Copy, from the listing, every line in which the string "Exterior" is present.

___ LISTED ENTRIES

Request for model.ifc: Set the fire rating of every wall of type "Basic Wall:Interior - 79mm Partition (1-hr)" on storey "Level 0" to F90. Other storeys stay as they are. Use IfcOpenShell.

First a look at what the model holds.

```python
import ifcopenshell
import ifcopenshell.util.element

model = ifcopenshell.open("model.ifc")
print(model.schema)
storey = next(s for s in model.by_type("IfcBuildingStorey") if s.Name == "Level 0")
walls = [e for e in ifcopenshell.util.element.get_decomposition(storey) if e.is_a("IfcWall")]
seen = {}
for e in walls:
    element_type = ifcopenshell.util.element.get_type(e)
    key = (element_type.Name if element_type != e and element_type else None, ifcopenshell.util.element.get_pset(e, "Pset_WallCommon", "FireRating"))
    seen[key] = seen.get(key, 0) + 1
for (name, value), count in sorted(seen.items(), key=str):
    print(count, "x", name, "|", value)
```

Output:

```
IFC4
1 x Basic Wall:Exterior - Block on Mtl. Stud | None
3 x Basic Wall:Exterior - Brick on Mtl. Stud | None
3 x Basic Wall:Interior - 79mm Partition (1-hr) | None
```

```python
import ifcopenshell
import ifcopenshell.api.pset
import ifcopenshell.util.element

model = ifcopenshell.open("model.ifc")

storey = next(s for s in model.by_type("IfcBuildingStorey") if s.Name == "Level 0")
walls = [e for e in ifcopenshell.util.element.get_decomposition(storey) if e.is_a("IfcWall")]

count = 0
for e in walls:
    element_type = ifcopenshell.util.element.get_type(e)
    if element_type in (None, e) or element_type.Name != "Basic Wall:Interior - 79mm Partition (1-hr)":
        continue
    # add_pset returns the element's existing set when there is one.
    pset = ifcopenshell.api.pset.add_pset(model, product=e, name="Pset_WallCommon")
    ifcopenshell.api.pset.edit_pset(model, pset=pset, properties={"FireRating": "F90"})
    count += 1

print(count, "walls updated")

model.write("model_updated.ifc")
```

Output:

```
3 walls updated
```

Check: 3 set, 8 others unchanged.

______

* REPLY:
1 x Basic Wall:Exterior - Block on Mtl. Stud | None
3 x Basic Wall:Exterior - Brick on Mtl. Stud | None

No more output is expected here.